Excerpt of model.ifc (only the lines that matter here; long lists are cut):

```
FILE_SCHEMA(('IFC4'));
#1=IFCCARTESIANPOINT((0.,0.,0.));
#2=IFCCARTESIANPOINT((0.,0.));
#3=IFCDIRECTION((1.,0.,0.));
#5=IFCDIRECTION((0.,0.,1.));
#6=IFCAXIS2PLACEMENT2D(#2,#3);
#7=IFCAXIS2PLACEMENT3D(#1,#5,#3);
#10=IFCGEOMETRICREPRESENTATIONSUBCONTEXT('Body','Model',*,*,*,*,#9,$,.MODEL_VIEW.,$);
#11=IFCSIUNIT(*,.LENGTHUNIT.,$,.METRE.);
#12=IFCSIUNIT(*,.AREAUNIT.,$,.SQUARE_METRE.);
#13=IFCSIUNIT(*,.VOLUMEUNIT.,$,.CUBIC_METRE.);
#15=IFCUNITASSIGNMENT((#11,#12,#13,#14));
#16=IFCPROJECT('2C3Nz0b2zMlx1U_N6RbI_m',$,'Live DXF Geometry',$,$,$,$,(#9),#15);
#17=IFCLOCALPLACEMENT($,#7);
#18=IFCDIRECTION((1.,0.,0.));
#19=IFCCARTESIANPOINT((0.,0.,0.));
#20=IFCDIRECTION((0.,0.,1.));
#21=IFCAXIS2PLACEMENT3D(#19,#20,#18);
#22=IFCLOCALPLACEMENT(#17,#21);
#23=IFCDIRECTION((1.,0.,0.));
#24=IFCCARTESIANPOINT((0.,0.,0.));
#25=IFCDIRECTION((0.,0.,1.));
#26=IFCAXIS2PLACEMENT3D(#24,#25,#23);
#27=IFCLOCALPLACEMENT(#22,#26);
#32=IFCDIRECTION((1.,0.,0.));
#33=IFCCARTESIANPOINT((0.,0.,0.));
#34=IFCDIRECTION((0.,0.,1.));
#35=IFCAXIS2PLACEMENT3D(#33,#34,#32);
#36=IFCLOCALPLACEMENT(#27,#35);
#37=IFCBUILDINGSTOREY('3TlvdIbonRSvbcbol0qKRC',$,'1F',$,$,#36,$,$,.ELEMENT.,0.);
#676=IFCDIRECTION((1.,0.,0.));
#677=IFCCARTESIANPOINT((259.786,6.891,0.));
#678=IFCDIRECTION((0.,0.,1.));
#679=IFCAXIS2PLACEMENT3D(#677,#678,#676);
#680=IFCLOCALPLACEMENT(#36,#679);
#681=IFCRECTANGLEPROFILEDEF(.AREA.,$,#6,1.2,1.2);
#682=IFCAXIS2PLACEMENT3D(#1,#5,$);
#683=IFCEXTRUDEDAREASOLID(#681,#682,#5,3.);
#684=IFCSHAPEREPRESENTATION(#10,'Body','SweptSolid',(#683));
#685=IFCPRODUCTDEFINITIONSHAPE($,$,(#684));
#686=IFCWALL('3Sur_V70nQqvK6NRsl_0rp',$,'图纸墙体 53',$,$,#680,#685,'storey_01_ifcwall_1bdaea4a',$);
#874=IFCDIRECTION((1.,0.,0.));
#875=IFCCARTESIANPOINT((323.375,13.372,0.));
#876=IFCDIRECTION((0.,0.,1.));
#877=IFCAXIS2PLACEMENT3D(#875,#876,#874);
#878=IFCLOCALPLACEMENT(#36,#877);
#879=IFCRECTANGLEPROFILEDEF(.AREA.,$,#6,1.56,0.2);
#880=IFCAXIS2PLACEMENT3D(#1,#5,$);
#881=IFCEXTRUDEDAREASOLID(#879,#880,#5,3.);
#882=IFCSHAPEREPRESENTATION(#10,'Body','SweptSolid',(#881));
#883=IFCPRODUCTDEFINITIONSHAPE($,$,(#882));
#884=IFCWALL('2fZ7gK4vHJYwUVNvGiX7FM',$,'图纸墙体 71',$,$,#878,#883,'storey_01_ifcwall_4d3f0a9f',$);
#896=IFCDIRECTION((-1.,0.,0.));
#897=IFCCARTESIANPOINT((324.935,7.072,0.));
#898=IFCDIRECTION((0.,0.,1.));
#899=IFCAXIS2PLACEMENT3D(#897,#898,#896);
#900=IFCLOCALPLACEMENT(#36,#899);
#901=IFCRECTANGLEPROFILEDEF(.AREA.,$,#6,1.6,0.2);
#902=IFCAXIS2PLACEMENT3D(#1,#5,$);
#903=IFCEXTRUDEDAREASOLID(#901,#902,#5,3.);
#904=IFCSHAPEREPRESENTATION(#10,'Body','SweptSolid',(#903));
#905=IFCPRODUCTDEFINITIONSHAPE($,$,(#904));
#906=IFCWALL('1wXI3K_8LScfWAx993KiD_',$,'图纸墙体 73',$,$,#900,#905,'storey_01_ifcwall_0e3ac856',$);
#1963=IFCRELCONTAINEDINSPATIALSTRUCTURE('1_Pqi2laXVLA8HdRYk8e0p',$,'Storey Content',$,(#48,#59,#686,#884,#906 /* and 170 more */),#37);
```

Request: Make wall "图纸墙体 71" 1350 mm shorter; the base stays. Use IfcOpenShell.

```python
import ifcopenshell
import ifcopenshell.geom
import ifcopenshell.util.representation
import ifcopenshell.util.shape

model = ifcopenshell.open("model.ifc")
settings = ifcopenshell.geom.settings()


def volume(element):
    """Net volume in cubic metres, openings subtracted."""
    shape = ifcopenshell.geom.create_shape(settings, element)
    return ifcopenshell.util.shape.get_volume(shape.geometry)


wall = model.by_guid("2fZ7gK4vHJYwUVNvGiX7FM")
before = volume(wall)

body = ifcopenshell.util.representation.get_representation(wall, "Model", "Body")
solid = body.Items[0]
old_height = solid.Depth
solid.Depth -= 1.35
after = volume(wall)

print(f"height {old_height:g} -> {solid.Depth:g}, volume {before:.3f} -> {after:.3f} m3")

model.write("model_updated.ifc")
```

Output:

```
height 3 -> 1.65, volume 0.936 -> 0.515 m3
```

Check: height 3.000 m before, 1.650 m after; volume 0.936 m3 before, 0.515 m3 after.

REQUIRED ACTION |
Whenever the word "IFCLOCALPLACEMENT" occurs in a line above, copy that line.

EXPECTED OUTPUT |
#17=IFCLOCALPLACEMENT($,#7);
#22=IFCLOCALPLACEMENT(#17,#21);
#27=IFCLOCALPLACEMENT(#22,#26);
#36=IFCLOCALPLACEMENT(#27,#35);
#680=IFCLOCALPLACEMENT(#36,#679);
#878=IFCLOCALPLACEMENT(#36,#877);
#900=IFCLOCALPLACEMENT(#36,#899);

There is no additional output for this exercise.